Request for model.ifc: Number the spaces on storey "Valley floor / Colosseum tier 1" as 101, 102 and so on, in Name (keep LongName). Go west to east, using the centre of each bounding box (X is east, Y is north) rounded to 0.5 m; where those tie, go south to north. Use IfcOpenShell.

First a look at what the model holds.

```python
import ifcopenshell
import ifcopenshell.util.element
import ifcopenshell.util.placement

model = ifcopenshell.open("model.ifc")
print(model.schema)
storey = next(s for s in model.by_type("IfcBuildingStorey") if s.Name == "Valley floor / Colosseum tier 1")
spaces = [e for e in ifcopenshell.util.element.get_decomposition(storey) if e.is_a("IfcSpace")]
for e in sorted(spaces, key=lambda e: e.id()):
    origin = ifcopenshell.util.placement.get_local_placement(e.ObjectPlacement)[:3, 3]
    print(e.id(), e.Name, e.LongName, origin.round(2) + 0.0, sep=" | ")
```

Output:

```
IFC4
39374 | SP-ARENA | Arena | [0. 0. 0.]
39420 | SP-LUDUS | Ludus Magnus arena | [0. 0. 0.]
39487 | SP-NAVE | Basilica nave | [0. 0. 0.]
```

```python
import ifcopenshell
import ifcopenshell.geom
import ifcopenshell.util.element
import ifcopenshell.util.shape

model = ifcopenshell.open("model.ifc")
settings = ifcopenshell.geom.settings()
settings.set("use-world-coords", True)


def centre(element):
    shape = ifcopenshell.geom.create_shape(settings, element)
    return ifcopenshell.util.shape.get_bbox_centroid(shape.geometry)


storey = next(s for s in model.by_type("IfcBuildingStorey") if s.Name == "Valley floor / Colosseum tier 1")
spaces = [e for e in ifcopenshell.util.element.get_decomposition(storey) if e.is_a("IfcSpace")]

# Insertion points can sit at a corner or the storey origin, so sort by the geometry (in metres).
centres = {e: centre(e) for e in spaces}
spaces.sort(key=lambda e: (round(centres[e][0] / 0.5), centres[e][1]))

for i, e in enumerate(spaces, start=1):
    number = f"1{i:02d}"
    e.Name = number
    print(e.id(), number)

model.write("model_v2.ifc")
```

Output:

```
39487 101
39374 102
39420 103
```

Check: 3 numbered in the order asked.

++++++++++

ACTIVITY
Output the complete data exactly as written.

EXPECTED ANSWER
Request for model.ifc: Number the spaces on storey "Valley floor / Colosseum tier 1" as 101, 102 and so on, in Name (keep LongName). Go west to east, using the centre of each bounding box (X is east, Y is north) rounded to 0.5 m; where those tie, go south to north. Use IfcOpenShell.

First a look at what the model holds.

```python
import ifcopenshell
import ifcopenshell.util.element
import ifcopenshell.util.placement

model = ifcopenshell.open("model.ifc")
print(model.schema)
storey = next(s for s in model.by_type("IfcBuildingStorey") if s.Name == "Valley floor / Colosseum tier 1")
spaces = [e for e in ifcopenshell.util.element.get_decomposition(storey) if e.is_a("IfcSpace")]
for e in sorted(spaces, key=lambda e: e.id()):
    origin = ifcopenshell.util.placement.get_local_placement(e.ObjectPlacement)[:3, 3]
    print(e.id(), e.Name, e.LongName, origin.round(2) + 0.0, sep=" | ")
```

Output:

```
IFC4
39374 | SP-ARENA | Arena | [0. 0. 0.]
39420 | SP-LUDUS | Ludus Magnus arena | [0. 0. 0.]
39487 | SP-NAVE | Basilica nave | [0. 0. 0.]
```

```python
import ifcopenshell
import ifcopenshell.geom
import ifcopenshell.util.element
import ifcopenshell.util.shape

model = ifcopenshell.open("model.ifc")
settings = ifcopenshell.geom.settings()
settings.set("use-world-coords", True)


def centre(element):
    shape = ifcopenshell.geom.create_shape(settings, element)
    return ifcopenshell.util.shape.get_bbox_centroid(shape.geometry)


storey = next(s for s in model.by_type("IfcBuildingStorey") if s.Name == "Valley floor / Colosseum tier 1")
spaces = [e for e in ifcopenshell.util.element.get_decomposition(storey) if e.is_a("IfcSpace")]

# Insertion points can sit at a corner or the storey origin, so sort by the geometry (in metres).
centres = {e: centre(e) for e in spaces}
spaces.sort(key=lambda e: (round(centres[e][0] / 0.5), centres[e][1]))

for i, e in enumerate(spaces, start=1):
    number = f"1{i:02d}"
    e.Name = number
    print(e.id(), number)

model.write("model_v2.ifc")
```

Output:

```
39487 101
39374 102
39420 103
```

Check: 3 numbered in the order asked.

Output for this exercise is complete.